# Renseignement



## Gige91 (1 Novembre 2011)

Bonjours a tous,

Je viens de commandé mon iphone 4S, je sais on s'en moque... Maintenant je veux passer a l'étape supérieur en prenant un IPAD 2 - 3g 16g seul. Ma question est, es-que je peux demander a orange une deuxième carte sim pour la mettre dans l'ipad. Si oui, qu'elle sont les frais éventuelle... etc...


----------



## pepeye66 (1 Novembre 2011)

Il existe des abonnements (chez orange mais aussi chez d'autres) qui proposent le partage de connexion:
De ce fait, un iPad 3G n'est plus nécessaire: Ton iPad pourra alors se connecter par l'intermédiaire de ton iPhone


----------



## Deleted member 284611 (5 Novembre 2011)

pepeye66 a dit:


> Il existe des abonnements (chez orange mais aussi chez d'autres) qui proposent le partage de connexion:
> De ce fait, un iPad 3G n'est plus nécessaire: Ton iPad pourra alors se connecter par l'intermédiaire de ton iPhone



Sauf que... Le partage de la connexion est plus lent que la 3G directe, il demande de la batterie à ton iPhone et ton iPad... Pas du tout une solution idéale.... Je recommande quand même l'utilisation d'un iPad 3G....


----------



## pepeye66 (5 Novembre 2011)

Les conseilleurs ne sont pas les payeurs !


----------



## Deleted member 284611 (6 Novembre 2011)

pepeye66 a dit:


> Les conseilleurs ne sont pas les payeurs !

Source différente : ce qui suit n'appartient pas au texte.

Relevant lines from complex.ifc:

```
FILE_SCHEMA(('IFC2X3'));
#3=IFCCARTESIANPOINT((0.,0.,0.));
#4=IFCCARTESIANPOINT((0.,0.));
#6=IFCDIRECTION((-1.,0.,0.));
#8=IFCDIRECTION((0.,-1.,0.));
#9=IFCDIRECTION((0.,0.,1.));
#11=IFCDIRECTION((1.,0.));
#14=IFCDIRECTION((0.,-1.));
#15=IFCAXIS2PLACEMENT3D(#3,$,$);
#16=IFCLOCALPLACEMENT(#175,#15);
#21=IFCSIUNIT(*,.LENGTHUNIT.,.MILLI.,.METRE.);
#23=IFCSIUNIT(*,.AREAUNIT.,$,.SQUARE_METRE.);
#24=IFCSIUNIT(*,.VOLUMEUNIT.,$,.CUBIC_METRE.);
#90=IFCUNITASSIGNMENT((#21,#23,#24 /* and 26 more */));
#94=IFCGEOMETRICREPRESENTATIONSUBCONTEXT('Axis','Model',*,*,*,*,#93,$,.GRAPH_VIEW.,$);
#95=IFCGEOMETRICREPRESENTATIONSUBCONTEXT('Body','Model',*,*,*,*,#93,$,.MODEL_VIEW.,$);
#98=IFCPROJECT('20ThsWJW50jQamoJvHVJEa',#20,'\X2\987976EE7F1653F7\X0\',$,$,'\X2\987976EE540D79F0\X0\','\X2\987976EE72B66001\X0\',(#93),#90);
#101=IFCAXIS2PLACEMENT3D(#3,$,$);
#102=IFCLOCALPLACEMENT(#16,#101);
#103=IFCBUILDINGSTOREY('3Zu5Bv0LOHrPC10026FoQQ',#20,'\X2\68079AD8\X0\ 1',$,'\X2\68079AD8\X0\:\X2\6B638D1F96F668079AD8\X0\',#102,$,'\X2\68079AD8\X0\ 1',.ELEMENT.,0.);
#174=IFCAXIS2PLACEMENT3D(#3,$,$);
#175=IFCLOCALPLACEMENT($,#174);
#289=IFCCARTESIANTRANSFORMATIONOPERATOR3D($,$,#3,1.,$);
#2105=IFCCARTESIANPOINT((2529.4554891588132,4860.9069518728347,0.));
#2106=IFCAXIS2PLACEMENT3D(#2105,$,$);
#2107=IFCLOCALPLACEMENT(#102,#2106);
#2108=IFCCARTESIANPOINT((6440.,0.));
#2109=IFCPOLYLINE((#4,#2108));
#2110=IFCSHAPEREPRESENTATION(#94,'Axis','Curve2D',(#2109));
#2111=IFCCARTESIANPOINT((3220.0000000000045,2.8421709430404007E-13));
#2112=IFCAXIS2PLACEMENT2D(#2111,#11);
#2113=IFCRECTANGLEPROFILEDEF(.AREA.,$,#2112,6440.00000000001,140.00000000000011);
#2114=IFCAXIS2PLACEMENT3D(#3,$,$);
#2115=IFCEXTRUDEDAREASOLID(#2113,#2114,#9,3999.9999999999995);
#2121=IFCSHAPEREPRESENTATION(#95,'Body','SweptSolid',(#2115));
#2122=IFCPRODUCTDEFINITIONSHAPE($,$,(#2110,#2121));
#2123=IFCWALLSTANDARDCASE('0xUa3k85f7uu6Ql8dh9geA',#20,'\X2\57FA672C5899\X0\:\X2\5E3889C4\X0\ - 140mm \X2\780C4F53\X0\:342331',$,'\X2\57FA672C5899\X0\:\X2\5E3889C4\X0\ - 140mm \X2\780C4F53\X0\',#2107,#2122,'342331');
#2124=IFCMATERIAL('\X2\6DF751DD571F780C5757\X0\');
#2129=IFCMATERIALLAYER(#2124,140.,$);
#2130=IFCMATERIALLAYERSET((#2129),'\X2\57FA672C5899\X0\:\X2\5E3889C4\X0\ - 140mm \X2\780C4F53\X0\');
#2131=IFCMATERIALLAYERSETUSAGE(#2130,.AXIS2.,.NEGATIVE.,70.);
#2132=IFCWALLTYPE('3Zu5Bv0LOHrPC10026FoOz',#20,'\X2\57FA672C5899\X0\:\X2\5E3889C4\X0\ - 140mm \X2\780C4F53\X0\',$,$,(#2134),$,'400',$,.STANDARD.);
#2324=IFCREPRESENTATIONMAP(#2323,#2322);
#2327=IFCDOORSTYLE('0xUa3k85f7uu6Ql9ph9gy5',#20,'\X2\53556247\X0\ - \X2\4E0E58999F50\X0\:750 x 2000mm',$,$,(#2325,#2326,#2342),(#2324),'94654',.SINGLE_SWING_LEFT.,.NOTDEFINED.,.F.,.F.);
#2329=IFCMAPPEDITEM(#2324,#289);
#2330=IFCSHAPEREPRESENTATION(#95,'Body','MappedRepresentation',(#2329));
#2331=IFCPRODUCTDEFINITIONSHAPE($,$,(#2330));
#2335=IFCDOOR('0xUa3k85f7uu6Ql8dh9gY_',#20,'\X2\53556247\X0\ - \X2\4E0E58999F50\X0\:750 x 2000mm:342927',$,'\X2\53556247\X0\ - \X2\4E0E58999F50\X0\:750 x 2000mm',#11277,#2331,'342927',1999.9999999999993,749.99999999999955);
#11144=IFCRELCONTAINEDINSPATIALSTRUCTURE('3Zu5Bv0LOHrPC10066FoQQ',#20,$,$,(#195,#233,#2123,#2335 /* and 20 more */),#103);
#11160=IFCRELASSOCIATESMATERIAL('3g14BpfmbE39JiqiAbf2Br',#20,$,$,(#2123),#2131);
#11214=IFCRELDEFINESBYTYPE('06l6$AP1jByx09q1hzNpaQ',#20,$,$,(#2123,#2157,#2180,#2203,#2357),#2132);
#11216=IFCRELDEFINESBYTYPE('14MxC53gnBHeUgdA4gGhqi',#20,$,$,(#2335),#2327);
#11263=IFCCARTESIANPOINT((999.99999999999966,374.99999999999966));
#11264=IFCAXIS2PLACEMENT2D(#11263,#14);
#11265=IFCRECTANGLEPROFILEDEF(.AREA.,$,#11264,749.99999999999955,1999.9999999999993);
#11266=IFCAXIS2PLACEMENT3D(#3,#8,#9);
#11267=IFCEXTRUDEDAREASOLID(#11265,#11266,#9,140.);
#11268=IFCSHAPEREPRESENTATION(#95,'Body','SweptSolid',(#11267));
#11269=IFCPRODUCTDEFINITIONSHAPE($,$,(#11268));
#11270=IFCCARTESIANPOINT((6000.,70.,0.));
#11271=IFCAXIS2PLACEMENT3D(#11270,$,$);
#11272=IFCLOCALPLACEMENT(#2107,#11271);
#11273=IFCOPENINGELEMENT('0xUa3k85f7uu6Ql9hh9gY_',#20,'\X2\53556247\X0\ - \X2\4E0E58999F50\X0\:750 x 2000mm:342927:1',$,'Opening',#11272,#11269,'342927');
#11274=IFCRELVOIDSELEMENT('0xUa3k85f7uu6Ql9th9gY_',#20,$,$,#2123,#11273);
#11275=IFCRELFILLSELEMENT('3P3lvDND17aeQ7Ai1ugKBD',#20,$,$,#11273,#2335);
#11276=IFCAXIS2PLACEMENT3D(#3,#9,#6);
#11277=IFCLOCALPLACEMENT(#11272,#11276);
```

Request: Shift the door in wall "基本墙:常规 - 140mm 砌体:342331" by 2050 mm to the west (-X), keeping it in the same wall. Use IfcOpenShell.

```python
import ifcopenshell
import ifcopenshell.api.geometry
import ifcopenshell.util.placement
import ifcopenshell.util.unit

model = ifcopenshell.open("complex.ifc")
unit_scale = ifcopenshell.util.unit.calculate_unit_scale(model)

door = model.by_id(2335)
opening = door.FillsVoids[0].RelatingOpeningElement
wall = opening.VoidsElements[0].RelatingBuildingElement

wall_matrix = ifcopenshell.util.placement.get_local_placement(wall.ObjectPlacement)
shift = wall_matrix[:3, 0] * -2.05 / unit_scale
before = ifcopenshell.util.placement.get_local_placement(door.ObjectPlacement)[:3, 3].copy()

# The door is placed relative to its opening, so it follows when the opening moves.
matrix = ifcopenshell.util.placement.get_local_placement(opening.ObjectPlacement)
matrix[:3, 3] += shift
ifcopenshell.api.geometry.edit_object_placement(
    model, product=opening, matrix=matrix, is_si=False, should_transform_children=True
)

after = ifcopenshell.util.placement.get_local_placement(door.ObjectPlacement)[:3, 3]
print("door moved by", (after - before).round(3) + 0.0)

model.write("complex_v2.ifc")
```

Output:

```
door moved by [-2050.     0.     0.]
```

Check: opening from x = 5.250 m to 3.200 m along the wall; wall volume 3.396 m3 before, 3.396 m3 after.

Dans mon cas je possède un iPhone (en fait 2, un 3Gs et un 4s), et un iPad 3G 64 Go... J'ai pas mal réfléchi au partage de connexion... Mais la batterie d'un iPhone étant déjà très limite en utilisation iPhone, je déconseille fortement de compter dessus... Ca peut dépanner, mais rien ne vaut un iPad 3G, quien pus possede une puce GPS très utile...


----------